(Collected data)
■ ■ ■ ■ ■

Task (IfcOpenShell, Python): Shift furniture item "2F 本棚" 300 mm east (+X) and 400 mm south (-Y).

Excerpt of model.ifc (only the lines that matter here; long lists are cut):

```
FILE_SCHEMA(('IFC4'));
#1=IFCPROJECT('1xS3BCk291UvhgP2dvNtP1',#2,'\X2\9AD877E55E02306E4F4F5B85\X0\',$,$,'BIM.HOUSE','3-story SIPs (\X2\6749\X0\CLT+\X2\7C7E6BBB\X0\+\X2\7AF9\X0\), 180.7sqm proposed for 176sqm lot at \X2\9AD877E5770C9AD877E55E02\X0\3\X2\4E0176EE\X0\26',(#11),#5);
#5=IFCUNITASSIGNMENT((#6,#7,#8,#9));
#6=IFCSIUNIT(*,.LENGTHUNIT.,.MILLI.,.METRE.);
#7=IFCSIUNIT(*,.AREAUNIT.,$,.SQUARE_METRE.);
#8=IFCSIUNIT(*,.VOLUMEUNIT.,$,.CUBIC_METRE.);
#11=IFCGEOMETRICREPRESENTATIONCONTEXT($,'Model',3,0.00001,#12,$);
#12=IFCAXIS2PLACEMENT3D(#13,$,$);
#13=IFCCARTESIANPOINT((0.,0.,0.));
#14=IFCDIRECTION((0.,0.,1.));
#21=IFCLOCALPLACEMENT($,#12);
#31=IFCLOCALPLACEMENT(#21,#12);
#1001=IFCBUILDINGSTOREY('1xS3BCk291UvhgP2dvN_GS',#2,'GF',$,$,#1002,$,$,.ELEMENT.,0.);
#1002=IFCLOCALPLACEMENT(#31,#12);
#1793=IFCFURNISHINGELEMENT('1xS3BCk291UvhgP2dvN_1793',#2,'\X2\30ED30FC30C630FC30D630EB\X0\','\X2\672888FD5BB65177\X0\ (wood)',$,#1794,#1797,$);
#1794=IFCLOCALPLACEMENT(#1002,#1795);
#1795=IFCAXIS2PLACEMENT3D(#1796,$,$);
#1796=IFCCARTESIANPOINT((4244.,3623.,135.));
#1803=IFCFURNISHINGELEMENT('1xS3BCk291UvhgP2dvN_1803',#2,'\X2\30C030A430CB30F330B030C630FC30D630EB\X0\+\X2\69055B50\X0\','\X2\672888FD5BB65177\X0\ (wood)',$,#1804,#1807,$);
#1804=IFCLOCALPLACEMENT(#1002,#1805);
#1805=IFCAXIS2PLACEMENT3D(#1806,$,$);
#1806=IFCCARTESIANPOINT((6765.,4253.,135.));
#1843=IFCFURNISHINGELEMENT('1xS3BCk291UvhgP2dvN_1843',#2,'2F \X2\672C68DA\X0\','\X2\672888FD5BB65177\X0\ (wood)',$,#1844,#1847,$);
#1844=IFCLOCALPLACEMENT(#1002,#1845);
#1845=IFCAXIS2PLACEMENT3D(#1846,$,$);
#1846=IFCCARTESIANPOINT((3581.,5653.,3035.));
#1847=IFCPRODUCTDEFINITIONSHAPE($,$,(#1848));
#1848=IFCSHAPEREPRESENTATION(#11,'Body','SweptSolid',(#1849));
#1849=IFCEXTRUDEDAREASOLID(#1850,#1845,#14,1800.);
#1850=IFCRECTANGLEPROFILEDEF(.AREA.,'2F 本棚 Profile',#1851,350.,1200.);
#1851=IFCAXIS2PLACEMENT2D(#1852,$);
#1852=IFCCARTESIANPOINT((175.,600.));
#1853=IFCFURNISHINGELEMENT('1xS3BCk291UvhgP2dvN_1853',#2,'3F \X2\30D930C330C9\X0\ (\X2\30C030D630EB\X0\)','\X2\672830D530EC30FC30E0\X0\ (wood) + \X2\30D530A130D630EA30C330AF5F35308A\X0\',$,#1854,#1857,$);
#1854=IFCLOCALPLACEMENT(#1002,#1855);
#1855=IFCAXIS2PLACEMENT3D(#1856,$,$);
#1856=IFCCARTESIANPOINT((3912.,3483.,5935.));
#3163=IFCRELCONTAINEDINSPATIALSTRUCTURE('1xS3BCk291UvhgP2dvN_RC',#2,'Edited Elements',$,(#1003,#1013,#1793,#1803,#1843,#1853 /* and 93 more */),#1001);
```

```python
import ifcopenshell
import ifcopenshell.api.geometry
import ifcopenshell.util.placement
import ifcopenshell.util.unit

model = ifcopenshell.open("model.ifc")
unit_scale = ifcopenshell.util.unit.calculate_unit_scale(model)

item = model.by_guid("1xS3BCk291UvhgP2dvN_1843")
matrix = ifcopenshell.util.placement.get_local_placement(item.ObjectPlacement)
matrix[0, 3] += 0.3 / unit_scale
matrix[1, 3] -= 0.4 / unit_scale
ifcopenshell.api.geometry.edit_object_placement(model, product=item, matrix=matrix, is_si=False)

print(ifcopenshell.util.placement.get_local_placement(item.ObjectPlacement).round(3) + 0.0)

model.write("model_v2.ifc")
```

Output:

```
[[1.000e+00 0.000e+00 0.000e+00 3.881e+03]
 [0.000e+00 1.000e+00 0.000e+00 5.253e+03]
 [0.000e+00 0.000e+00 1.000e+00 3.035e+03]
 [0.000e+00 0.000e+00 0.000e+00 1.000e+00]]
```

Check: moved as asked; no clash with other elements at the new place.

■ ■ ■ ■ ■

All entries are to be repeated exactly and completely.

Answer to this problem -
Task (IfcOpenShell, Python): Shift furniture item "2F 本棚" 300 mm east (+X) and 400 mm south (-Y).

Excerpt of model.ifc (only the lines that matter here; long lists are cut):

```
FILE_SCHEMA(('IFC4'));
#1=IFCPROJECT('1xS3BCk291UvhgP2dvNtP1',#2,'\X2\9AD877E55E02306E4F4F5B85\X0\',$,$,'BIM.HOUSE','3-story SIPs (\X2\6749\X0\CLT+\X2\7C7E6BBB\X0\+\X2\7AF9\X0\), 180.7sqm proposed for 176sqm lot at \X2\9AD877E5770C9AD877E55E02\X0\3\X2\4E0176EE\X0\26',(#11),#5);
#5=IFCUNITASSIGNMENT((#6,#7,#8,#9));
#6=IFCSIUNIT(*,.LENGTHUNIT.,.MILLI.,.METRE.);
#7=IFCSIUNIT(*,.AREAUNIT.,$,.SQUARE_METRE.);
#8=IFCSIUNIT(*,.VOLUMEUNIT.,$,.CUBIC_METRE.);
#11=IFCGEOMETRICREPRESENTATIONCONTEXT($,'Model',3,0.00001,#12,$);
#12=IFCAXIS2PLACEMENT3D(#13,$,$);
#13=IFCCARTESIANPOINT((0.,0.,0.));
#14=IFCDIRECTION((0.,0.,1.));
#21=IFCLOCALPLACEMENT($,#12);
#31=IFCLOCALPLACEMENT(#21,#12);
#1001=IFCBUILDINGSTOREY('1xS3BCk291UvhgP2dvN_GS',#2,'GF',$,$,#1002,$,$,.ELEMENT.,0.);
#1002=IFCLOCALPLACEMENT(#31,#12);
#1793=IFCFURNISHINGELEMENT('1xS3BCk291UvhgP2dvN_1793',#2,'\X2\30ED30FC30C630FC30D630EB\X0\','\X2\672888FD5BB65177\X0\ (wood)',$,#1794,#1797,$);
#1794=IFCLOCALPLACEMENT(#1002,#1795);
#1795=IFCAXIS2PLACEMENT3D(#1796,$,$);
#1796=IFCCARTESIANPOINT((4244.,3623.,135.));
#1803=IFCFURNISHINGELEMENT('1xS3BCk291UvhgP2dvN_1803',#2,'\X2\30C030A430CB30F330B030C630FC30D630EB\X0\+\X2\69055B50\X0\','\X2\672888FD5BB65177\X0\ (wood)',$,#1804,#1807,$);
#1804=IFCLOCALPLACEMENT(#1002,#1805);
#1805=IFCAXIS2PLACEMENT3D(#1806,$,$);
#1806=IFCCARTESIANPOINT((6765.,4253.,135.));
#1843=IFCFURNISHINGELEMENT('1xS3BCk291UvhgP2dvN_1843',#2,'2F \X2\672C68DA\X0\','\X2\672888FD5BB65177\X0\ (wood)',$,#1844,#1847,$);
#1844=IFCLOCALPLACEMENT(#1002,#1845);
#1845=IFCAXIS2PLACEMENT3D(#1846,$,$);
#1846=IFCCARTESIANPOINT((3581.,5653.,3035.));
#1847=IFCPRODUCTDEFINITIONSHAPE($,$,(#1848));
#1848=IFCSHAPEREPRESENTATION(#11,'Body','SweptSolid',(#1849));
#1849=IFCEXTRUDEDAREASOLID(#1850,#1845,#14,1800.);
#1850=IFCRECTANGLEPROFILEDEF(.AREA.,'2F 本棚 Profile',#1851,350.,1200.);
#1851=IFCAXIS2PLACEMENT2D(#1852,$);
#1852=IFCCARTESIANPOINT((175.,600.));
#1853=IFCFURNISHINGELEMENT('1xS3BCk291UvhgP2dvN_1853',#2,'3F \X2\30D930C330C9\X0\ (\X2\30C030D630EB\X0\)','\X2\672830D530EC30FC30E0\X0\ (wood) + \X2\30D530A130D630EA30C330AF5F35308A\X0\',$,#1854,#1857,$);
#1854=IFCLOCALPLACEMENT(#1002,#1855);
#1855=IFCAXIS2PLACEMENT3D(#1856,$,$);
#1856=IFCCARTESIANPOINT((3912.,3483.,5935.));
#3163=IFCRELCONTAINEDINSPATIALSTRUCTURE('1xS3BCk291UvhgP2dvN_RC',#2,'Edited Elements',$,(#1003,#1013,#1793,#1803,#1843,#1853 /* and 93 more */),#1001);
```

```python
import ifcopenshell
import ifcopenshell.api.geometry
import ifcopenshell.util.placement
import ifcopenshell.util.unit

model = ifcopenshell.open("model.ifc")
unit_scale = ifcopenshell.util.unit.calculate_unit_scale(model)

item = model.by_guid("1xS3BCk291UvhgP2dvN_1843")
matrix = ifcopenshell.util.placement.get_local_placement(item.ObjectPlacement)
matrix[0, 3] += 0.3 / unit_scale
matrix[1, 3] -= 0.4 / unit_scale
ifcopenshell.api.geometry.edit_object_placement(model, product=item, matrix=matrix, is_si=False)

print(ifcopenshell.util.placement.get_local_placement(item.ObjectPlacement).round(3) + 0.0)

model.write("model_v2.ifc")
```

Output:

```
[[1.000e+00 0.000e+00 0.000e+00 3.881e+03]
 [0.000e+00 1.000e+00 0.000e+00 5.253e+03]
 [0.000e+00 0.000e+00 1.000e+00 3.035e+03]
 [0.000e+00 0.000e+00 0.000e+00 1.000e+00]]
```

Check: moved as asked; no clash with other elements at the new place.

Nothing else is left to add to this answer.